On pre encoded materials (DVD, Blu Ray) where DTS or DD 5.1 is present, the center speaker will be activated and self managed. Otherwise for all other material which is PCM Stereo you can enable Prologic 5.1 or DTS Neo 5.1 or Multi Channel PCM or some variant which will upmix from 2.0 to 5.1 on the receiver itself. Obviously your receiver will think you've got rears as well but its the only way to include the center within the mix.


----------



## MilkyWay (Jul 2, 2013)

Will the lack of rears make a huge difference, will it try to send a signal to the rears even though there are none?


----------



## CJCerny (Jul 2, 2013)

MilkyWay said:


> Will the lack of rears make a huge difference, will it try to send a signal to the rears even though there are none?



Depends on how you configure your receiver and how it works. If you configure it to know that you don't have the rears, it will either throw that info away or spread it to your existing speakers. You'll just have to try it. 

The real problem is that you are only going to be able to send 2.0 to your receiver from your PC unless it pre-encoded DD or DTS tracks (those on a DVD or BR). If you want to create 5.1 on the fly from a game, you need a sound card that can create 5.1 on the fly, like one that has DD Live functionality.


----------



## Dent1 (Jul 2, 2013)

MilkyWay said:


> Will the lack of rears make a huge difference, will it try to send a signal to the rears even though there are none?



It will make no difference, DTS Neo and Prologic will send the signal the rears, but you won't hear anything because rear speakers are not connected.

Alternatively, on the receiver, you can disable the rears. There will be an option on the receiver saying: center: Yes, front: Yes, rear: No or similar. The only disadvantage is you won't be able to enable DTS Neo or Prologic and it will be replaced with Full Mono or Full Stereo or similar which will essentially duplicate the sounds from the fronts into the center. Nothing wrong with this but you'll get miscellaneous sounds in the center opposed to "just" speech which is what the center speaker is intended to do.

What CJCerny said was also correct. However enabling DTS Neo or Prologic will solve that issue. I wouldn't waste money on an encoding soundcard on a 2.1 system, although its something to consider in the future if you buy rears.


----------



## MilkyWay (Jul 2, 2013)

Alright my Pioneer receiver has Dolby Pro Logic IIz and DTS-HD.

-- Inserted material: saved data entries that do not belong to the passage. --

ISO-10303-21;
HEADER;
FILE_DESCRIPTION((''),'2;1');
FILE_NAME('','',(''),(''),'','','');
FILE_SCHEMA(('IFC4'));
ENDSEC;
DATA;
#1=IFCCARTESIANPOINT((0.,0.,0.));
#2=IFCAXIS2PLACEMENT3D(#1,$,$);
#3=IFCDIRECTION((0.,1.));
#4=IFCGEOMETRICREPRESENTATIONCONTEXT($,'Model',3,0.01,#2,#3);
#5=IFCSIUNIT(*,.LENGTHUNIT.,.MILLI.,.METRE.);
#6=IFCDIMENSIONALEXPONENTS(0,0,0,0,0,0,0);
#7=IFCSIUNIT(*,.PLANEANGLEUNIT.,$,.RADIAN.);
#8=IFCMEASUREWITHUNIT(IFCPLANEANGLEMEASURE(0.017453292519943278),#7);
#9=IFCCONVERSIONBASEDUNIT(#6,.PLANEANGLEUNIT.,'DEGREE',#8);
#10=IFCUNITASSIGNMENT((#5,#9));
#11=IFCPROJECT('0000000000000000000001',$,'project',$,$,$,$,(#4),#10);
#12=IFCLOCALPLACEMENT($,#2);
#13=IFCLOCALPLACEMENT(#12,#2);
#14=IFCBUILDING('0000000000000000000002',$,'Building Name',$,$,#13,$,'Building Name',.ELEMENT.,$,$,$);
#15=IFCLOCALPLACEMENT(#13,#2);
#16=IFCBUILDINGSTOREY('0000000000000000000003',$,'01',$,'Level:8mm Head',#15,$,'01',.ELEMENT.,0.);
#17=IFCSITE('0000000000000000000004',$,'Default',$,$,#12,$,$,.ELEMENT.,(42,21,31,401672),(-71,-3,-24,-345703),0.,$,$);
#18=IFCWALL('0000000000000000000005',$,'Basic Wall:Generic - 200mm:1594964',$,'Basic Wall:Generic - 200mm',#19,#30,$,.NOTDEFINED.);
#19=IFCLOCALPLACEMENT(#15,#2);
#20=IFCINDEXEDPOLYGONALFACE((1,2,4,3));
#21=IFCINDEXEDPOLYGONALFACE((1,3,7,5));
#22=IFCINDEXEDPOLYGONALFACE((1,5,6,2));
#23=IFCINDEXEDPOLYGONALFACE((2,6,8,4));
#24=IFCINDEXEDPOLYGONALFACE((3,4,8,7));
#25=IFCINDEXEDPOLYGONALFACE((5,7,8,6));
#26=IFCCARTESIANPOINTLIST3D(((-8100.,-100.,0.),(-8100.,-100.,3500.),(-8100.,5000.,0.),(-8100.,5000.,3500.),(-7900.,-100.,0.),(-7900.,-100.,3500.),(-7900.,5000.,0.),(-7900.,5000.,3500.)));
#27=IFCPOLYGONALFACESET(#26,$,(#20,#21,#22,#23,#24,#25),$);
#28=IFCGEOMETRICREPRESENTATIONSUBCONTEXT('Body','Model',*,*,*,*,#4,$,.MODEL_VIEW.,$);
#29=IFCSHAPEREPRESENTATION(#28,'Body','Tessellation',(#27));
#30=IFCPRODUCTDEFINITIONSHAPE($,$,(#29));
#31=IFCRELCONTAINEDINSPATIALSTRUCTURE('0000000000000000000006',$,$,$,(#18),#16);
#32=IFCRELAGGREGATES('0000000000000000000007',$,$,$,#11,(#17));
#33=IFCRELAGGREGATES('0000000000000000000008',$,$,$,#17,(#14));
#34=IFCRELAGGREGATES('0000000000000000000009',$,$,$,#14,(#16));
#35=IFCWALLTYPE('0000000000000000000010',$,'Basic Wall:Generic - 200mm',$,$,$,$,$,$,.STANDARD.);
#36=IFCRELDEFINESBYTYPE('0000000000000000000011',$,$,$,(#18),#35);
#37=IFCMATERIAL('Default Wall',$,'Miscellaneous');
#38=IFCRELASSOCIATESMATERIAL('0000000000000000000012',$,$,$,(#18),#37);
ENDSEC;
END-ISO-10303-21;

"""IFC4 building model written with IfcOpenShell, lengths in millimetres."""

from ifc_helpers import new_model, entity, si_unit, converted_unit, direction, frame, origin, place, context, subcontext, project, spatial, indexed_curve, outline, extrude, material, type_object, element, save


model = new_model("IFC4")

# Units and contexts
model_context = context("Model", 3, precision=0.01, world=origin(), true_north=direction((0.0, 1.0)))
body_context = subcontext(model_context, "Body", "Model", "MODEL_VIEW")
ifc_project = project(units=[si_unit("LENGTHUNIT", "METRE", prefix="MILLI"), converted_unit("PLANEANGLEUNIT", "DEGREE", entity("IfcPlaneAngleMeasure", 0.017453292519943278), si_unit("PLANEANGLEUNIT", "RADIAN"), dimensions=[0, 0, 0, 0, 0, 0, 0])], contexts=[model_context])

# Site, building, storey
site_placement = place(None, origin())
site = spatial("IfcSite", under=ifc_project, at=site_placement, Name="Default", CompositionType="ELEMENT", RefLatitude=(42, 21, 31, 401672), RefLongitude=(-71, -3, -24, -345703), RefElevation=0.0)
building_placement = place(site_placement, origin())
building = spatial("IfcBuilding", under=site, at=building_placement, Name="Building Name", LongName="Building Name", CompositionType="ELEMENT")
storey_placement = place(building_placement, origin())
storey = spatial("IfcBuildingStorey", under=building, at=storey_placement, Name="01", ObjectType="Level:8mm Head", LongName="01", CompositionType="ELEMENT", Elevation=0.0)

# Wall
ifc_material_1 = material(Name="Default Wall", Category="Miscellaneous")
wall_type = type_object("IfcWallType", Name="Basic Wall:Generic - 200mm", PredefinedType="STANDARD")
wall_placement = place(storey_placement, frame((-8000.0, -100.0, 0.0), z_axis=(0.0, 0.0, 1.0), x_axis=(0.0, 1.0, 0.0)))
element("IfcWall", 1, at=wall_placement, inside=storey, type_object=wall_type, material=ifc_material_1, Name="Basic Wall:Generic - 200mm:1594964", ObjectType="Basic Wall:Generic - 200mm", PredefinedType="NOTDEFINED", context=body_context, shape_type="SweptSolid", body=[
    extrude(outline(indexed_curve([(5100.0, 100.0), (0.0, 100.0), (0.0, -100.0), (5100.0, -100.0), (5100.0, 100.0)], self_intersect=False)), origin(), (0.0, 0.0, 1.0), 3500.0),
])

save(model, "model.ifc")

I can set in the FM tuner, Stereo, Stereo ALC (auto loudness control), Dolby Pro Logic, PLII music, PLII Movies, PLII Game, DTS NEO:6 Cinema or Music. On the PC HDMI connection i only get PCM or Stereo, with the AUTO/DIRECT button i get Direct or pure direct or auto surround.

I managed to get the centre working on my pc.

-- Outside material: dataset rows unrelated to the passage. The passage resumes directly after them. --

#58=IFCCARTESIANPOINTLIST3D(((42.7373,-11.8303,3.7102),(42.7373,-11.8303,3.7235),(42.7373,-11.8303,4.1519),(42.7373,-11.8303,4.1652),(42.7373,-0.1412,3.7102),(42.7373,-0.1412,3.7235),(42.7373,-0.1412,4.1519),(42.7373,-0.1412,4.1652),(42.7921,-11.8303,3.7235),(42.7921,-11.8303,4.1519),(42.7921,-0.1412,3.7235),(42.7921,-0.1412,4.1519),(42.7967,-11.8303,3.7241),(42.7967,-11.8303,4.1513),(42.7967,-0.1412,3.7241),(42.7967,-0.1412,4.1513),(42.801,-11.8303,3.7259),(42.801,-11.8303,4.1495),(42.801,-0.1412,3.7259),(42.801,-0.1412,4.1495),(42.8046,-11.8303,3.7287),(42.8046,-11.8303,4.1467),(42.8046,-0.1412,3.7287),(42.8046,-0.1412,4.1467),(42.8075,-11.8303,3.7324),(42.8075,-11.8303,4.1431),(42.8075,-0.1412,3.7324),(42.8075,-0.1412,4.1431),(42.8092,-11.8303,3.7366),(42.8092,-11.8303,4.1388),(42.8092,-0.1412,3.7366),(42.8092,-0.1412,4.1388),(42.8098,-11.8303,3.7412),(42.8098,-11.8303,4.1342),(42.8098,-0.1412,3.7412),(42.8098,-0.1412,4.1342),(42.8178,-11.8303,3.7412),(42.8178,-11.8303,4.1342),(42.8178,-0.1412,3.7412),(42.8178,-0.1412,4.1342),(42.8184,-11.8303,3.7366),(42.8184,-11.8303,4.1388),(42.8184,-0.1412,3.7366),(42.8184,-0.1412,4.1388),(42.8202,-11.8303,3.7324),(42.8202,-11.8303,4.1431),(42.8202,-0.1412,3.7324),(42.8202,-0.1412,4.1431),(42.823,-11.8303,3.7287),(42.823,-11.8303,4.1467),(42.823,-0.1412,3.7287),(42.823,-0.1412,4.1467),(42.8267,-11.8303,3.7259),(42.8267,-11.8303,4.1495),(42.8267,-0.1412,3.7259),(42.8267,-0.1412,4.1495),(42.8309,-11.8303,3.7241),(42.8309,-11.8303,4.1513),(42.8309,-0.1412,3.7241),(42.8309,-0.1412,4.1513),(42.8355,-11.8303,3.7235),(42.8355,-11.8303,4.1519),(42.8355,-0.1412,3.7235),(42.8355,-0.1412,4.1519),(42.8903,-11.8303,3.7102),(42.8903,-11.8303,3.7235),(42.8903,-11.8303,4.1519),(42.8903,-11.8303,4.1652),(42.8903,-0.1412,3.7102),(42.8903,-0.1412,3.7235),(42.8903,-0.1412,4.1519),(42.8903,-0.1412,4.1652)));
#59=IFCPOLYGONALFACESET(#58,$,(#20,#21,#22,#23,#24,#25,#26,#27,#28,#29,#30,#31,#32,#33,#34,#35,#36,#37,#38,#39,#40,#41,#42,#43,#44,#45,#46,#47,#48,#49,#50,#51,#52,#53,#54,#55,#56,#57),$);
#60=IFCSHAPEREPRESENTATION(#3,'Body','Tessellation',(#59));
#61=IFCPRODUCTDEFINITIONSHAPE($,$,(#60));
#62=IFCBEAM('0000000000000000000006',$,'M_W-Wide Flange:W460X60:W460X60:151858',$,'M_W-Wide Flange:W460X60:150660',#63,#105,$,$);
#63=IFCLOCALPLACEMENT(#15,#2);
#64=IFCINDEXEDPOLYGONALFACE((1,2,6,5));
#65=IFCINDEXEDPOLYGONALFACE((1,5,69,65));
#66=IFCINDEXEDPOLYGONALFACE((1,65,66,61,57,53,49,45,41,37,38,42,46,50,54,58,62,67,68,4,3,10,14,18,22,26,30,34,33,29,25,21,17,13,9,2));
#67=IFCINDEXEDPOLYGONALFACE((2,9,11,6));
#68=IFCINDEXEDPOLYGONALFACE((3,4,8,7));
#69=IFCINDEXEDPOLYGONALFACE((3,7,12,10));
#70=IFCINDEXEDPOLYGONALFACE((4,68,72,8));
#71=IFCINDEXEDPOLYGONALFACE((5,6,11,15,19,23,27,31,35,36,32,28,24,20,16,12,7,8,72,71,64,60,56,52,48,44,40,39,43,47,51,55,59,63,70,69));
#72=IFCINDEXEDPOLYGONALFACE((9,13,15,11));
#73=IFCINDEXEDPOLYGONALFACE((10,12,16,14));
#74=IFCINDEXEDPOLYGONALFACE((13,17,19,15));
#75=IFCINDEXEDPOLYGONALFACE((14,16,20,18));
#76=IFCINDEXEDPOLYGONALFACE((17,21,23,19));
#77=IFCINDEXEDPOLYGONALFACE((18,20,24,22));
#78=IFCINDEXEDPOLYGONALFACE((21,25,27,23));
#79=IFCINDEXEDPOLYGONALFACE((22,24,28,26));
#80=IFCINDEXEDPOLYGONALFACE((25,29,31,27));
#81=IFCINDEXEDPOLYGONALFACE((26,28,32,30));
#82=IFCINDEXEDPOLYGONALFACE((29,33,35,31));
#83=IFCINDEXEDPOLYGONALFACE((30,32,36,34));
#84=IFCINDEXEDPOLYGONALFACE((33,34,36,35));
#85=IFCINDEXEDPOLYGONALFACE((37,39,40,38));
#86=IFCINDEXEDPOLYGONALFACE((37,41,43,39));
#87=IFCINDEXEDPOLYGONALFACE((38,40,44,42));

I've turned off the sub, rears, high fronts and enabled the centre on my receivers menu. I can only select PCM or stereo with the pc connection so i use digital PCM. In the realtek properties i can set it to 5.1 and also turn off the speakers i don't have, then i enabled speaker fill which makes stereo get mixed to other channels so i can get voice on centre even with a stereo source.

Haven't had a chance to use my TV or 360 with the speakers yet as my long HDMI cable is fucked and im looking for a large L shape corner desk to place my tv next to my pc. Im also going to try optical audio on my replacement Laserdisc player i think that will enable PCM or Discs that have DTS. Dolby AC/3 might require a modulator but there is a jack for that on my player.

If i set a film in VLC to 5.1 that has DTS will i lose any sound? im not missing anything that would be pumped to the rears?


----------



## Dent1 (Jul 3, 2013)

MilkyWay said:


> Alright my Pioneer receiver has Dolby Pro Logic IIz and DTS-HD.
> 
> I can set in the FM tuner, Stereo, Stereo ALC (auto loudness control), Dolby Pro Logic, PLII music, PLII Movies, PLII Game, DTS NEO:6 Cinema or Music. On the PC HDMI connection i only get PCM or Stereo, with the AUTO/DIRECT button i get Direct or pure direct or auto surround.
> I managed to get the centre working on my pc.
> ...





That's the problem. Within Window's Audio Properties and within Realtek divers you're suppose to select stereo as the configuration. As far as windows is concerned you've got only two speakers because the audio source is only 2 channels, the receiver will acknowledge this and enable DTS Neo and Prologic feature for a 2.0 to 5.1 up mix.


 If you select 5.1 in windows most receivers will hide the Prologic and DTS Neo feature because you are telling the receiver there is nothing to up mix.

Likewise, if you disable the rears the receiver's menu it will also hide the Prologic and DTS Neo feature, because those features are specifically for a 5.1 environment.

Basically, for Prologic and DTS Nero to work correctly, you want windows to think you're running a 2.0 setup, and you want your receiver to think you're running a 5.0 or 5.1 set up. 





MilkyWay said:


> If i set a film in VLC to 5.1 that has DTS will i lose any sound? im not missing anything that would be pumped to the rears?



Yes if you're playing back a DVD with Dolby 5.1 or DTS 5.1, the Prologic and DTS Neo feature won't be needed. You'll will be missing whatever is supposed to come from the rears and subwoofer. This may be explosions, general sound effects, whatever it may be.


----------